EXERCISE:
Every line of the data should be retyped with no difference from the original.

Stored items
::::::::::

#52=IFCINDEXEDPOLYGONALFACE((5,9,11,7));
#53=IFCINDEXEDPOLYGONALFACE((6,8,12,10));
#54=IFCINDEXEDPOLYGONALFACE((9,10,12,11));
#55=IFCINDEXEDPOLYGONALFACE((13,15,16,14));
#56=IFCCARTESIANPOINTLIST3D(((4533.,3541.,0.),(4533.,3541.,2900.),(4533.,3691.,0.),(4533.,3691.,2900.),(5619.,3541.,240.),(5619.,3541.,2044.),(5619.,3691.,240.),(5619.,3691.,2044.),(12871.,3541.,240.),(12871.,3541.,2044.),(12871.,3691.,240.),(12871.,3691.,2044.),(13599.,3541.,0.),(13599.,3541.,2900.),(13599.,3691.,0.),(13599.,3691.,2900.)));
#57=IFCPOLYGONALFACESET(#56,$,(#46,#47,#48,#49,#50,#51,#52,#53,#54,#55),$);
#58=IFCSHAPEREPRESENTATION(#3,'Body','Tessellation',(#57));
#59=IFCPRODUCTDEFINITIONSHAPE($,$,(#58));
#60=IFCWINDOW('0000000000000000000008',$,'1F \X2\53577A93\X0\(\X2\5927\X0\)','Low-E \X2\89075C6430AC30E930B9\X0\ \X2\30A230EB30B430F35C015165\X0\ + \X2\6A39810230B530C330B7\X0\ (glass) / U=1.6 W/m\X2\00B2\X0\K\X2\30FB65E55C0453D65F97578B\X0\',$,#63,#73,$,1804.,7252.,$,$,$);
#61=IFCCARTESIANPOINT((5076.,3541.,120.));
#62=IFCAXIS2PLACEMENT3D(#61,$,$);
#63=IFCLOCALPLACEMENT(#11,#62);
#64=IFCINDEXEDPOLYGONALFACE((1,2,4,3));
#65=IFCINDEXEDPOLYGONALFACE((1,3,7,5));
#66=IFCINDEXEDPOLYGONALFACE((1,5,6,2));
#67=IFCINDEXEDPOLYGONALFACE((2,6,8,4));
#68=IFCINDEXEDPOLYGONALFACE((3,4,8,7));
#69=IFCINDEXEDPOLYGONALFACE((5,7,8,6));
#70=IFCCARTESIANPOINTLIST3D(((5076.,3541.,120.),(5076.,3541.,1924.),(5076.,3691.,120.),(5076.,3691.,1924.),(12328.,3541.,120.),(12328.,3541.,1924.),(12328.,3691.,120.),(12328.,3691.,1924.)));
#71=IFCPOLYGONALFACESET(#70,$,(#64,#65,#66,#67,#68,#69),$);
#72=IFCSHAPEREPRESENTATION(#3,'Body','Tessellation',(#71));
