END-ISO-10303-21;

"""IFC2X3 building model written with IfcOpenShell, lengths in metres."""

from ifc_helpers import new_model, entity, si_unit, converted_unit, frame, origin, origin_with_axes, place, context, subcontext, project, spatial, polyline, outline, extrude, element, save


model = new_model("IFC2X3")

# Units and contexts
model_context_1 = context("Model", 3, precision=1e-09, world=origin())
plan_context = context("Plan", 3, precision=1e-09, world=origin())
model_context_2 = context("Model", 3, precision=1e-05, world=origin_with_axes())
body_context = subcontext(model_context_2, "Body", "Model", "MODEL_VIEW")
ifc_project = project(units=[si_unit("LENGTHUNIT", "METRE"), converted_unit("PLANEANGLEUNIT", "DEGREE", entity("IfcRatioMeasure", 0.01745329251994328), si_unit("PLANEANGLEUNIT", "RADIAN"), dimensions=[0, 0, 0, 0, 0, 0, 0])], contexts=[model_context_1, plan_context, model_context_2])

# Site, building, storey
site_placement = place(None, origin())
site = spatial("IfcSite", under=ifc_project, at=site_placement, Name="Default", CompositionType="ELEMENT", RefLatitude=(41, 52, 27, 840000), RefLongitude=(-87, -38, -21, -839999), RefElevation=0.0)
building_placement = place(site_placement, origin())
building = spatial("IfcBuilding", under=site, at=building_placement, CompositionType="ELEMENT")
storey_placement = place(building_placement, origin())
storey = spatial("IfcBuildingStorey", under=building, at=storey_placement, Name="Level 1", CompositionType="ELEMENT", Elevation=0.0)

::::::::::

RESULT BELOW:
#52=IFCINDEXEDPOLYGONALFACE((5,9,11,7));
#53=IFCINDEXEDPOLYGONALFACE((6,8,12,10));
#54=IFCINDEXEDPOLYGONALFACE((9,10,12,11));
#55=IFCINDEXEDPOLYGONALFACE((13,15,16,14));
#56=IFCCARTESIANPOINTLIST3D(((4533.,3541.,0.),(4533.,3541.,2900.),(4533.,3691.,0.),(4533.,3691.,2900.),(5619.,3541.,240.),(5619.,3541.,2044.),(5619.,3691.,240.),(5619.,3691.,2044.),(12871.,3541.,240.),(12871.,3541.,2044.),(12871.,3691.,240.),(12871.,3691.,2044.),(13599.,3541.,0.),(13599.,3541.,2900.),(13599.,3691.,0.),(13599.,3691.,2900.)));
#57=IFCPOLYGONALFACESET(#56,$,(#46,#47,#48,#49,#50,#51,#52,#53,#54,#55),$);
#58=IFCSHAPEREPRESENTATION(#3,'Body','Tessellation',(#57));
#59=IFCPRODUCTDEFINITIONSHAPE($,$,(#58));
#60=IFCWINDOW('0000000000000000000008',$,'1F \X2\53577A93\X0\(\X2\5927\X0\)','Low-E \X2\89075C6430AC30E930B9\X0\ \X2\30A230EB30B430F35C015165\X0\ + \X2\6A39810230B530C330B7\X0\ (glass) / U=1.6 W/m\X2\00B2\X0\K\X2\30FB65E55C0453D65F97578B\X0\',$,#63,#73,$,1804.,7252.,$,$,$);
#61=IFCCARTESIANPOINT((5076.,3541.,120.));
#62=IFCAXIS2PLACEMENT3D(#61,$,$);
#63=IFCLOCALPLACEMENT(#11,#62);
#64=IFCINDEXEDPOLYGONALFACE((1,2,4,3));
#65=IFCINDEXEDPOLYGONALFACE((1,3,7,5));
#66=IFCINDEXEDPOLYGONALFACE((1,5,6,2));
#67=IFCINDEXEDPOLYGONALFACE((2,6,8,4));
#68=IFCINDEXEDPOLYGONALFACE((3,4,8,7));
#69=IFCINDEXEDPOLYGONALFACE((5,7,8,6));
#70=IFCCARTESIANPOINTLIST3D(((5076.,3541.,120.),(5076.,3541.,1924.),(5076.,3691.,120.),(5076.,3691.,1924.),(12328.,3541.,120.),(12328.,3541.,1924.),(12328.,3691.,120.),(12328.,3691.,1924.)));
#71=IFCPOLYGONALFACESET(#70,$,(#64,#65,#66,#67,#68,#69),$);
#72=IFCSHAPEREPRESENTATION(#3,'Body','Tessellation',(#71));
END-ISO-10303-21;

"""IFC2X3 building model written with IfcOpenShell, lengths in metres."""

from ifc_helpers import new_model, entity, si_unit, converted_unit, frame, origin, origin_with_axes, place, context, subcontext, project, spatial, polyline, outline, extrude, element, save


model = new_model("IFC2X3")

# Units and contexts
model_context_1 = context("Model", 3, precision=1e-09, world=origin())
plan_context = context("Plan", 3, precision=1e-09, world=origin())
model_context_2 = context("Model", 3, precision=1e-05, world=origin_with_axes())
body_context = subcontext(model_context_2, "Body", "Model", "MODEL_VIEW")
ifc_project = project(units=[si_unit("LENGTHUNIT", "METRE"), converted_unit("PLANEANGLEUNIT", "DEGREE", entity("IfcRatioMeasure", 0.01745329251994328), si_unit("PLANEANGLEUNIT", "RADIAN"), dimensions=[0, 0, 0, 0, 0, 0, 0])], contexts=[model_context_1, plan_context, model_context_2])

# Site, building, storey
site_placement = place(None, origin())
site = spatial("IfcSite", under=ifc_project, at=site_placement, Name="Default", CompositionType="ELEMENT", RefLatitude=(41, 52, 27, 840000), RefLongitude=(-87, -38, -21, -839999), RefElevation=0.0)
building_placement = place(site_placement, origin())
building = spatial("IfcBuilding", under=site, at=building_placement, CompositionType="ELEMENT")
storey_placement = place(building_placement, origin())
storey = spatial("IfcBuildingStorey", under=building, at=storey_placement, Name="Level 1", CompositionType="ELEMENT", Elevation=0.0)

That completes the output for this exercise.